Thanks
@shimmerz
Yes, you’re right - it’s so hard to have her just suddenly gone when she seemed so fine! While, at the same time, I think it happened very suddenly so that is something of a blessing for her...and for us in that it hasn’t been a long, painful, drawn out process.
It sounds like such a cliche but it feels so utterly gut wrenching to not have had a chance to speak to her and say goodbye.
I almost phoned her on Friday but then a work thing came into my diary and I thought I’d phone her on Saturday morning instead. And then there was never that chance. And I feel so completely gutted about that.
Dad is in overdrive, getting in touch with people and trying to make plans - even though we haven’t seen the funeral director yet to get an idea of timeframe.

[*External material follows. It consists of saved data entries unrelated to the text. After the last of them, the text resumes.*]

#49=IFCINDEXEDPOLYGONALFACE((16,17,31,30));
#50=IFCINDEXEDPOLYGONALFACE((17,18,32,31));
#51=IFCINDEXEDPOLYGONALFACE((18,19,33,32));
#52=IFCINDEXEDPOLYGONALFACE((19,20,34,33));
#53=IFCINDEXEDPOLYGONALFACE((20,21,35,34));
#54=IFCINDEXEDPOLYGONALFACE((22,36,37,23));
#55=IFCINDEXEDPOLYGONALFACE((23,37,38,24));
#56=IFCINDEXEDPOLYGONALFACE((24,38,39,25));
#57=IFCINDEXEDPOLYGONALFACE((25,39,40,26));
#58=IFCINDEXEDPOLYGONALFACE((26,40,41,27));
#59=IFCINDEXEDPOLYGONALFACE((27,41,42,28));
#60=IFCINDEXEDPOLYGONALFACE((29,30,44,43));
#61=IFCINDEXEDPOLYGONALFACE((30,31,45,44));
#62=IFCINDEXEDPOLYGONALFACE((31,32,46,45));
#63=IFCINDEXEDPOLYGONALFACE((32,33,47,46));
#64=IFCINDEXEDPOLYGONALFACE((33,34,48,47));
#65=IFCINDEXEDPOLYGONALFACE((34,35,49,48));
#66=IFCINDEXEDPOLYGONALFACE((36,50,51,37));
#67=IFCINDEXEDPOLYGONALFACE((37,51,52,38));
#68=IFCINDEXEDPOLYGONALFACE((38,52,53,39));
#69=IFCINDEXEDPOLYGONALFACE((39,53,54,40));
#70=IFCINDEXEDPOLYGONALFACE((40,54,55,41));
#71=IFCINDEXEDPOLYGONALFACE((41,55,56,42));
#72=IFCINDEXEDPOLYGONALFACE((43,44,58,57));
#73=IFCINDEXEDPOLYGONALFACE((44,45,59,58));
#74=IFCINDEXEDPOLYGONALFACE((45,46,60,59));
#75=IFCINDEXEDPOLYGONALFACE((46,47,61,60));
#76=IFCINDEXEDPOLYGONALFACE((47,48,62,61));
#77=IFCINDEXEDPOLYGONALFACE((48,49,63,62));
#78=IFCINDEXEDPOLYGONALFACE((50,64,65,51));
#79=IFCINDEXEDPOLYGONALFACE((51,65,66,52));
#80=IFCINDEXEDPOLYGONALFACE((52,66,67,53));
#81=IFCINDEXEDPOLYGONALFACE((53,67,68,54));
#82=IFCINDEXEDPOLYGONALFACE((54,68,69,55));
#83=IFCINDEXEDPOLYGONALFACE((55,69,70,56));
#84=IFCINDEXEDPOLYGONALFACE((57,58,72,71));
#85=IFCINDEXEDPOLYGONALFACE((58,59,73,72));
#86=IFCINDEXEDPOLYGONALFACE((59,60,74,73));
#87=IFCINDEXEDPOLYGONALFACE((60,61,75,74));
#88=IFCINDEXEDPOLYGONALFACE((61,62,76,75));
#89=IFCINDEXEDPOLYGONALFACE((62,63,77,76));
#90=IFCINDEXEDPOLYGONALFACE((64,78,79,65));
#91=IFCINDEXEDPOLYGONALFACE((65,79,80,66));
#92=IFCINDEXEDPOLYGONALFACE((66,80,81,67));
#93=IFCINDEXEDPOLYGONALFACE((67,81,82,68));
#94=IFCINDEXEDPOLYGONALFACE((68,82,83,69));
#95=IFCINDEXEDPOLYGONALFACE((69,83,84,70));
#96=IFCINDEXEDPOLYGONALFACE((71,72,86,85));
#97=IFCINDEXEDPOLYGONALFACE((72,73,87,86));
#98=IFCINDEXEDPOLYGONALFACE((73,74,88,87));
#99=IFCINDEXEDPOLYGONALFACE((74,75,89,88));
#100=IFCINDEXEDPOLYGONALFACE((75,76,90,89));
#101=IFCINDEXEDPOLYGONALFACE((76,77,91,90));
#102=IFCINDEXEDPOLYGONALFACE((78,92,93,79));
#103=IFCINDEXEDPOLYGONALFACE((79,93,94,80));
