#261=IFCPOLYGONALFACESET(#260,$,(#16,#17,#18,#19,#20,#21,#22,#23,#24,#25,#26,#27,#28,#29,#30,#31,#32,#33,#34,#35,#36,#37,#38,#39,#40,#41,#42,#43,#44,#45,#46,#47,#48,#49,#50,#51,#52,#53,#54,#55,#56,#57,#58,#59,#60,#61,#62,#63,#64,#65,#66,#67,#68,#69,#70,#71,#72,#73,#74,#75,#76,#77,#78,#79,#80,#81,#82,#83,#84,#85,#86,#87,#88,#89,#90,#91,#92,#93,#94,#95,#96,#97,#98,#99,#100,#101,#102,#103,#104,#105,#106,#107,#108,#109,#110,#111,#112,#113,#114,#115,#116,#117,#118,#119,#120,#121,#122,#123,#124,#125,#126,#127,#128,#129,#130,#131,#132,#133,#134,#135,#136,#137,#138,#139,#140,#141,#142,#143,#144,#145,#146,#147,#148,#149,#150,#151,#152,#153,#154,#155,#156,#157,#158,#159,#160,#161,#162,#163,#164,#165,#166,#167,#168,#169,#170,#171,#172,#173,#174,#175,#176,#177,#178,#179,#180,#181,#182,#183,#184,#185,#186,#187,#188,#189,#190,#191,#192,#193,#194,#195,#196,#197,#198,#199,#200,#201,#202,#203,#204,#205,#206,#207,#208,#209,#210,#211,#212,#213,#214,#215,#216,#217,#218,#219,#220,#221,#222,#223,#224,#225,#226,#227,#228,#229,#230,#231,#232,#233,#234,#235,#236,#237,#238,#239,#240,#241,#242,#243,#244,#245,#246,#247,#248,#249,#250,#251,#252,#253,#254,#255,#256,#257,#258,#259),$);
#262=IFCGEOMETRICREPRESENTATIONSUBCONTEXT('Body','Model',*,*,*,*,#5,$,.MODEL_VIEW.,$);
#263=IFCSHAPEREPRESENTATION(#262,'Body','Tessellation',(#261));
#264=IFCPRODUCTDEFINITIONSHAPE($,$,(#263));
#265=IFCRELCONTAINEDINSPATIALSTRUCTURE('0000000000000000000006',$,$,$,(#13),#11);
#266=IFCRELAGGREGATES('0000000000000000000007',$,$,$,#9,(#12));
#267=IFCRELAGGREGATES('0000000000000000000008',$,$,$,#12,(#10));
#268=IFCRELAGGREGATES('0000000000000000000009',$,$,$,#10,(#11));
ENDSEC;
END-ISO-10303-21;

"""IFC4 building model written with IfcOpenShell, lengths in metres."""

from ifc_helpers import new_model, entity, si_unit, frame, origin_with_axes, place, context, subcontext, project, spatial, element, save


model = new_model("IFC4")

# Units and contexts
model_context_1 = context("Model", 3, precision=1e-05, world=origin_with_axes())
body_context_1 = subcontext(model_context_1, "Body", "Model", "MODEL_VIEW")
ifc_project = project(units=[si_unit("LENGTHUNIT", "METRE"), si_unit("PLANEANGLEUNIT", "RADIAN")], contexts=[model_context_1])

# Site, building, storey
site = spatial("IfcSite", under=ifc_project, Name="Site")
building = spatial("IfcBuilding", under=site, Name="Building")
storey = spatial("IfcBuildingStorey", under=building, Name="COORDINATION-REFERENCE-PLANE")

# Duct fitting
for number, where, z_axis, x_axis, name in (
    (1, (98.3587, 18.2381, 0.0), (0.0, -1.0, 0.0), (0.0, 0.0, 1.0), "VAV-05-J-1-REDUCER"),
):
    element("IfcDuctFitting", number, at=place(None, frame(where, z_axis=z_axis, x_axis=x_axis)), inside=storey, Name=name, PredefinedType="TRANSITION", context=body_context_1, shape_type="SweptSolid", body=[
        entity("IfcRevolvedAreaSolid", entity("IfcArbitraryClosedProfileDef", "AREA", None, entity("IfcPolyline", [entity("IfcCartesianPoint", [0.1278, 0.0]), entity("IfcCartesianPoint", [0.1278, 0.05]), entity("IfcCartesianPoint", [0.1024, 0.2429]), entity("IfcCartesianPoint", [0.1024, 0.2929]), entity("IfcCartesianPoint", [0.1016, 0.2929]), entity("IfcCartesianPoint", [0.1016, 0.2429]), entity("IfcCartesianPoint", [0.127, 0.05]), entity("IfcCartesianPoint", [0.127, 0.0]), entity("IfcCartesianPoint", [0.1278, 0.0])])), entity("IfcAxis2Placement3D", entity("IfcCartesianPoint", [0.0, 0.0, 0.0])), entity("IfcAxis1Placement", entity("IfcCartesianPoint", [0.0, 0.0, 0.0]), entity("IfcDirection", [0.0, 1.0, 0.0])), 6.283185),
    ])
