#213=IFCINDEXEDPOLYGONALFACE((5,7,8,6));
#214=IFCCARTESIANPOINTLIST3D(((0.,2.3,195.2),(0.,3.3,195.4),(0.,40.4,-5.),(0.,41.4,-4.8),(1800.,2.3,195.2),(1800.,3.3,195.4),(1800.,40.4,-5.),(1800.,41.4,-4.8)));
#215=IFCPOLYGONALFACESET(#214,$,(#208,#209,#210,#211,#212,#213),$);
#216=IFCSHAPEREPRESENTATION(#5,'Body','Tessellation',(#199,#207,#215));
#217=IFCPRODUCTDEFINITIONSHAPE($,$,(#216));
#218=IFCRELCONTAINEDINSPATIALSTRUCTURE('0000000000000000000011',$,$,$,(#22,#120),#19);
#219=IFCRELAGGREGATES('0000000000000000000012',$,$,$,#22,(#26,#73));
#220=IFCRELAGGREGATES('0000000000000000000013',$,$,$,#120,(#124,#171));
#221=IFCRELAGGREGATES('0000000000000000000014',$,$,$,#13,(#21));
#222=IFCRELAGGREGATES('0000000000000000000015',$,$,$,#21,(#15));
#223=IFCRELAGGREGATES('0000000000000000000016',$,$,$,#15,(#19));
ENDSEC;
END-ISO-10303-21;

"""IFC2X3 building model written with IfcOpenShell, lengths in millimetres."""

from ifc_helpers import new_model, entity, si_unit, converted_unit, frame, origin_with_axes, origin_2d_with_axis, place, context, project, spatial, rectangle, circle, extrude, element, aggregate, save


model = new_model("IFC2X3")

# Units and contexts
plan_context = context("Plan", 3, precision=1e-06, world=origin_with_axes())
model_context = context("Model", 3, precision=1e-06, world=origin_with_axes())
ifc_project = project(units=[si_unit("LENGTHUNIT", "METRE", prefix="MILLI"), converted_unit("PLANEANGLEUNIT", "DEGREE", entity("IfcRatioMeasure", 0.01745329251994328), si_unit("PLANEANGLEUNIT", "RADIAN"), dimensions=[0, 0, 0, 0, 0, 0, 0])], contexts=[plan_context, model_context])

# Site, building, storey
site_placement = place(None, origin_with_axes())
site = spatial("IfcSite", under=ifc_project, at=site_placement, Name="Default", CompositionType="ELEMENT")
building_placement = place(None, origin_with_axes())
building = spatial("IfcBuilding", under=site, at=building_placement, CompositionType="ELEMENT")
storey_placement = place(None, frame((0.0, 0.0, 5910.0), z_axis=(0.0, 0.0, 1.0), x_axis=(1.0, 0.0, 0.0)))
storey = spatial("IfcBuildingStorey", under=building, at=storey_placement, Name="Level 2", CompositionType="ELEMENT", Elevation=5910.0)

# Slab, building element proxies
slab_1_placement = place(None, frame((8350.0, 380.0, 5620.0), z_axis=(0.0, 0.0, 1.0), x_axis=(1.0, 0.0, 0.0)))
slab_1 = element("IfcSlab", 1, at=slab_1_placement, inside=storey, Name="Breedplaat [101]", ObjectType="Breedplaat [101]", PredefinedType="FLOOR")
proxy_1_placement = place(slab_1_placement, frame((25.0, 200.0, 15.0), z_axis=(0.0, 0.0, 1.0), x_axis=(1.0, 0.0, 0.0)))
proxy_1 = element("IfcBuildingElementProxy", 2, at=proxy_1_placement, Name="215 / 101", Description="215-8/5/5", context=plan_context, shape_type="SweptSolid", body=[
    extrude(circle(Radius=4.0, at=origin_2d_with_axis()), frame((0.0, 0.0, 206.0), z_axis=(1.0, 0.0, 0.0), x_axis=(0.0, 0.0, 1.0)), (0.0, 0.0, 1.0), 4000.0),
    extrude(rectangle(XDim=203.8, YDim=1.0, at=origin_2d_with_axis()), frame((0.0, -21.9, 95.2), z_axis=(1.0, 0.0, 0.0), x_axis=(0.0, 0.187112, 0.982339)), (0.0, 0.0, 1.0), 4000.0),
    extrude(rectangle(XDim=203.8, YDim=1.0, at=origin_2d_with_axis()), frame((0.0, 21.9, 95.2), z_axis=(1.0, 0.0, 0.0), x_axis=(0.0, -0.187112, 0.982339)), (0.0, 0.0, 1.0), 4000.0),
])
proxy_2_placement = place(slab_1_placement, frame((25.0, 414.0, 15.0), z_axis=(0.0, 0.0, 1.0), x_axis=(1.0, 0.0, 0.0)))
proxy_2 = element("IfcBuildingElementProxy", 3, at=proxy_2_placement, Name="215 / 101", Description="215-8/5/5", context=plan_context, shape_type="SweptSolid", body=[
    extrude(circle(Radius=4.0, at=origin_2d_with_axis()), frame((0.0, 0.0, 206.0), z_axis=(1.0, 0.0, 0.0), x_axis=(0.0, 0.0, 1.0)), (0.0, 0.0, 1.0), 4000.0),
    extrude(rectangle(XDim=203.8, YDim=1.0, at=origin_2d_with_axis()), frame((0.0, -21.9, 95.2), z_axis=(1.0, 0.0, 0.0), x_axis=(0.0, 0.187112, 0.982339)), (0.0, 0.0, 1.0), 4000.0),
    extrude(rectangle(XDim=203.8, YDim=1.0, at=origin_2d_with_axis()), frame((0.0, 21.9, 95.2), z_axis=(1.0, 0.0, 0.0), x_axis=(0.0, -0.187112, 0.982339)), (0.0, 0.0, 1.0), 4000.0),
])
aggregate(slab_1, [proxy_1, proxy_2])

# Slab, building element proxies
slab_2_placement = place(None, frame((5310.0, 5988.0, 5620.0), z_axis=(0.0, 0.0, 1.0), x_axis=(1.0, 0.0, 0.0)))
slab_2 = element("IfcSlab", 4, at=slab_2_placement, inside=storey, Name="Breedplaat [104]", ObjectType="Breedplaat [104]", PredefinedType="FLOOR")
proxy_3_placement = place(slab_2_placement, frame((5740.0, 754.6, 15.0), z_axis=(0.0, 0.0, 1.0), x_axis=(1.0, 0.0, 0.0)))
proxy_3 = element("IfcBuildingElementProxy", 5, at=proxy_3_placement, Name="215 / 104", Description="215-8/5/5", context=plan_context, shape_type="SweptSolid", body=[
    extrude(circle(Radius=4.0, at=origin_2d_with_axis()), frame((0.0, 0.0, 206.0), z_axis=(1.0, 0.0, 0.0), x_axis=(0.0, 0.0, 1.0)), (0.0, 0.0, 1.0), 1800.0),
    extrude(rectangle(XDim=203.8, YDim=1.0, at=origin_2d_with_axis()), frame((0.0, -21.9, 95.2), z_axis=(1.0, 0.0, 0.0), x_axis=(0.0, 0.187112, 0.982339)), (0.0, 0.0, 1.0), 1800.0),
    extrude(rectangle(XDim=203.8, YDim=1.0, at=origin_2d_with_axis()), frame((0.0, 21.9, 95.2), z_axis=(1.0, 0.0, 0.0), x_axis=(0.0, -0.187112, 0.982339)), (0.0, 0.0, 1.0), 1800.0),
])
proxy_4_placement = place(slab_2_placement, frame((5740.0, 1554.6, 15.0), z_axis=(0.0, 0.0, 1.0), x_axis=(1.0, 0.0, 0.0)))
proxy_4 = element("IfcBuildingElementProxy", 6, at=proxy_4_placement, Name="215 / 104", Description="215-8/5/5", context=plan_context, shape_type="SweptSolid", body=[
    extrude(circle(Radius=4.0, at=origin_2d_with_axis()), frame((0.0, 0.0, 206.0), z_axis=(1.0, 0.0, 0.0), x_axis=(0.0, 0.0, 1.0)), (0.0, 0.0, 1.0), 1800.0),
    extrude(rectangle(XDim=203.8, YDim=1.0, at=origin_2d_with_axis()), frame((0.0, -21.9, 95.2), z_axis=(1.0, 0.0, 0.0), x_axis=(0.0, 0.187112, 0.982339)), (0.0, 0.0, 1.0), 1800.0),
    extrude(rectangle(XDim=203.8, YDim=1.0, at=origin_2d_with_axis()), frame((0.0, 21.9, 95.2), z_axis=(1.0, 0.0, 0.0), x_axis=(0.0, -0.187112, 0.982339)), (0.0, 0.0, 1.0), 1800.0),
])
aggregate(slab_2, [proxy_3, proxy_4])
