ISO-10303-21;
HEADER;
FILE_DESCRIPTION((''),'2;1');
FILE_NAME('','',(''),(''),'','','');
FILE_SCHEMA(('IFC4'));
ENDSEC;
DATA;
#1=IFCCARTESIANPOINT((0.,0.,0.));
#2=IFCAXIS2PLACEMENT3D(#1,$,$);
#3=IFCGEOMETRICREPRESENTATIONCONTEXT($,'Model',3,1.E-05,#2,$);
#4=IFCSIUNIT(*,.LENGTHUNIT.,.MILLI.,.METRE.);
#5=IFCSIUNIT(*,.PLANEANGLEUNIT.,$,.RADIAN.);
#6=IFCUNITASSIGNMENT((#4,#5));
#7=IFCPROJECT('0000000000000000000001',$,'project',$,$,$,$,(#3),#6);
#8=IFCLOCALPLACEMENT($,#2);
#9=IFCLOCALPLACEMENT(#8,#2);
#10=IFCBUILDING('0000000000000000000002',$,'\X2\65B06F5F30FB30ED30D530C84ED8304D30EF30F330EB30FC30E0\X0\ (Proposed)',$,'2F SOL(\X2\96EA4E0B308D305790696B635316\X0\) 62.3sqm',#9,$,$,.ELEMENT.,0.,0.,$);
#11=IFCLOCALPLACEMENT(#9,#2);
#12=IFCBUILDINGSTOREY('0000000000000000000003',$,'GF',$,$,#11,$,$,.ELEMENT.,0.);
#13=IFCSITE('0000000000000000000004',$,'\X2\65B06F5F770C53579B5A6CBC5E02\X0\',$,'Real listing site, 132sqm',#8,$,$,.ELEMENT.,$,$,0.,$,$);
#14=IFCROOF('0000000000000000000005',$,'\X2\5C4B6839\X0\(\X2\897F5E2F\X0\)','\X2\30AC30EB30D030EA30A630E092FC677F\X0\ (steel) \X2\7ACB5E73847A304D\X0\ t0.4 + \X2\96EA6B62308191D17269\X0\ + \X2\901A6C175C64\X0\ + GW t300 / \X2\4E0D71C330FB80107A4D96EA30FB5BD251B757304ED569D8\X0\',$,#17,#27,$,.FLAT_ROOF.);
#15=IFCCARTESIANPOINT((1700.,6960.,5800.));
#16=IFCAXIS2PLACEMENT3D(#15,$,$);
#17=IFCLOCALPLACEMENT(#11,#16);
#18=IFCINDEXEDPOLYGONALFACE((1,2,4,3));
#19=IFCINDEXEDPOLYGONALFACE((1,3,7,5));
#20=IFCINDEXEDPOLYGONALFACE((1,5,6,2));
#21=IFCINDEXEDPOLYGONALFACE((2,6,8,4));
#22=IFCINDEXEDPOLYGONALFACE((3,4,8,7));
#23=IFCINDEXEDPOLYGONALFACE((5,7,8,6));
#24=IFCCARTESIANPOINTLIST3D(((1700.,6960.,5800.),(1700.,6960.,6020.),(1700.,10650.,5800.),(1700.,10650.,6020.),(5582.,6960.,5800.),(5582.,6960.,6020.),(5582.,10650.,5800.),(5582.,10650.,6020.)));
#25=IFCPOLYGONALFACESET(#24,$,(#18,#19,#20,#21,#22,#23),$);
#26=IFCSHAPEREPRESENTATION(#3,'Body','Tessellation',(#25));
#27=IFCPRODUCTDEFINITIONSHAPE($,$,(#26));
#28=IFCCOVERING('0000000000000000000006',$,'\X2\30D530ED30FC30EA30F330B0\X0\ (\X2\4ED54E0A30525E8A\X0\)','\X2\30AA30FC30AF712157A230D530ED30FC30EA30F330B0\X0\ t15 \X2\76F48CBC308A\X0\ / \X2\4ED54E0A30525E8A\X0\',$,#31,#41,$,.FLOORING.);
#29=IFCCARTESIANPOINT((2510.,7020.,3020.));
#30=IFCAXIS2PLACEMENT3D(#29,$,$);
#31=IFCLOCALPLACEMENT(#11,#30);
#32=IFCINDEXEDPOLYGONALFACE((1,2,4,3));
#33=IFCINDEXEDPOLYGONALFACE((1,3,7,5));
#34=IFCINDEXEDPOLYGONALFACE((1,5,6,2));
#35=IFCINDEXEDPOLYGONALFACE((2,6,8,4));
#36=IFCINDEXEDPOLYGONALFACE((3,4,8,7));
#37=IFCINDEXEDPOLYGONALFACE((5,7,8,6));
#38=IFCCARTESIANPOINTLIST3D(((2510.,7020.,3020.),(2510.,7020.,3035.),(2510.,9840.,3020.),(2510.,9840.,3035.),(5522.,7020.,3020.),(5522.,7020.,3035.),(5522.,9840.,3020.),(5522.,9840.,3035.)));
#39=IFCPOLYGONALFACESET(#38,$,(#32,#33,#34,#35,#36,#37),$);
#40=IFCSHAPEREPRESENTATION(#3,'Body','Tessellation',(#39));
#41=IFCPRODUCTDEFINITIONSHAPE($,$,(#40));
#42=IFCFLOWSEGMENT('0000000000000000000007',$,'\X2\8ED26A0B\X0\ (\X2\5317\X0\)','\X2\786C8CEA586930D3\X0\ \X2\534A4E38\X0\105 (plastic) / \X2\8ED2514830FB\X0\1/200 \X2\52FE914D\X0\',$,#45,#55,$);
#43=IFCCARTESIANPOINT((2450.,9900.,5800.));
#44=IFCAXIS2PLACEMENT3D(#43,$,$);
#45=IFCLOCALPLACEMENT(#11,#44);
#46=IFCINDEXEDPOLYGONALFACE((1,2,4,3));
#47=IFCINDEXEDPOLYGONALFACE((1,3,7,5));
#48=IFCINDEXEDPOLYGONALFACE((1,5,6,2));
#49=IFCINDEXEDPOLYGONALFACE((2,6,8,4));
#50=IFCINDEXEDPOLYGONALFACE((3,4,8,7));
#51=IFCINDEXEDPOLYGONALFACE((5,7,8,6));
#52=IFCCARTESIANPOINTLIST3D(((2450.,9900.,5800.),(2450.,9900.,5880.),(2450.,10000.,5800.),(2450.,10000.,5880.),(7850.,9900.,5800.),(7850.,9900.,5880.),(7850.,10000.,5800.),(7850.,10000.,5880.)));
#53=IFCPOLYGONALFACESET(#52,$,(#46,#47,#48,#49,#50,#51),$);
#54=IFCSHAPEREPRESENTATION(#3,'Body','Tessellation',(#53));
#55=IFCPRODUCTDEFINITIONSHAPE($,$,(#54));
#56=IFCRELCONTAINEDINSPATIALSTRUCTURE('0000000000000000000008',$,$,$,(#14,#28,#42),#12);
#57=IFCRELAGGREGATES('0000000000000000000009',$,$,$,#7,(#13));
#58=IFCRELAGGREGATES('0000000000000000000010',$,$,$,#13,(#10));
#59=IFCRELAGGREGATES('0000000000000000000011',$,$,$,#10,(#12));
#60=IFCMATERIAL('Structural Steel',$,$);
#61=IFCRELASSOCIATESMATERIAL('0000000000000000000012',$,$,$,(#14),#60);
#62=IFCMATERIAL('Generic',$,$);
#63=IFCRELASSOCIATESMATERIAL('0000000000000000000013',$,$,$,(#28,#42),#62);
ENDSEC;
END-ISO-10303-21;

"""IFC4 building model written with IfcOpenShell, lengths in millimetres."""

from ifc_helpers import new_model, si_unit, frame, frame_2d, origin, place, context, project, spatial, rectangle, extrude, material, element, save


model = new_model("IFC4")

# Units and contexts
model_context = context("Model", 3, precision=1e-05, world=origin())
ifc_project = project(units=[si_unit("LENGTHUNIT", "METRE", prefix="MILLI"), si_unit("PLANEANGLEUNIT", "RADIAN")], contexts=[model_context])

# Site, building, storey
site_placement = place(None, origin())
site = spatial("IfcSite", under=ifc_project, at=site_placement, Name="新潟県南魚沼市", ObjectType="Real listing site, 132sqm", CompositionType="ELEMENT", RefElevation=0.0)
building_placement = place(site_placement, origin())
building = spatial("IfcBuilding", under=site, at=building_placement, Name="新潟・ロフト付きワンルーム (Proposed)", ObjectType="2F SOL(雪下ろし適正化) 62.3sqm", CompositionType="ELEMENT", ElevationOfRefHeight=0.0, ElevationOfTerrain=0.0)
storey_placement = place(building_placement, origin())
storey = spatial("IfcBuildingStorey", under=building, at=storey_placement, Name="GF", CompositionType="ELEMENT", Elevation=0.0)

# Roof
ifc_material_1 = material(Name="Structural Steel")
for number, where, name in (
    (1, (1700.0, 6960.0, 5800.0), "屋根(西帯)"),
):
    element("IfcRoof", number, at=place(storey_placement, frame(where)), inside=storey, material=ifc_material_1, Name=name, Description="ガルバリウム鋼板 (steel) 立平葺き t0.4 + 雪止め金物 + 通気層 + GW t300 / 不燃・耐積雪・寒冷地仕様", PredefinedType="FLAT_ROOF", context=model_context, shape_type="SweptSolid", body=[
        extrude(rectangle(XDim=3882.0, YDim=3690.0, at=frame_2d((1941.0, 1845.0))), frame((1700.0, 6960.0, 5800.0)), (0.0, 0.0, 1.0), 220.0),
    ])

# Covering
ifc_material_2 = material(Name="Generic")
covering_placement = place(storey_placement, frame((2510.0, 7020.0, 3020.0)))
element("IfcCovering", 2, at=covering_placement, inside=storey, material=ifc_material_2, Name="フローリング (仕上げ床)", Description="オーク無垢フローリング t15 直貼り / 仕上げ床", PredefinedType="FLOORING", context=model_context, shape_type="SweptSolid", body=[
    extrude(rectangle(XDim=3012.0, YDim=2820.0, at=frame_2d((1506.0, 1410.0))), frame((2510.0, 7020.0, 3020.0)), (0.0, 0.0, 1.0), 15.0),
])

# Flow segment
flow_segment_placement = place(storey_placement, frame((2450.0, 9900.0, 5800.0)))
element("IfcFlowSegment", 3, at=flow_segment_placement, inside=storey, material=ifc_material_2, Name="軒樋 (北)", Description="硬質塩ビ 半丸105 (plastic) / 軒先・1/200 勾配", context=model_context, shape_type="SweptSolid", body=[
    extrude(rectangle(XDim=5400.0, YDim=100.0, at=frame_2d((2700.0, 50.0))), frame((2450.0, 9900.0, 5800.0)), (0.0, 0.0, 1.0), 80.0),
])

save(model, "model.ifc")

This evening, he’s talked at me about crematoriums and showed me photos of chapels. He’s asked what kind of coffin we should get. And he asked whether we should dress her in some of her clothes or whether we just “let them wrap her in whatever they want to wrap her in”.
He’s not a very emotional man. He is being uncharacteristically upbeat. He’s laughing and joking and being the chattiest and most animated I’ve ever seen him! I’m sure this is his way of coping and that he’s running on adrenaline. But it’s hard that he’s looking like he’s almost on a high about this! I know he isn’t...but it’s hard seeing him like this at such a time.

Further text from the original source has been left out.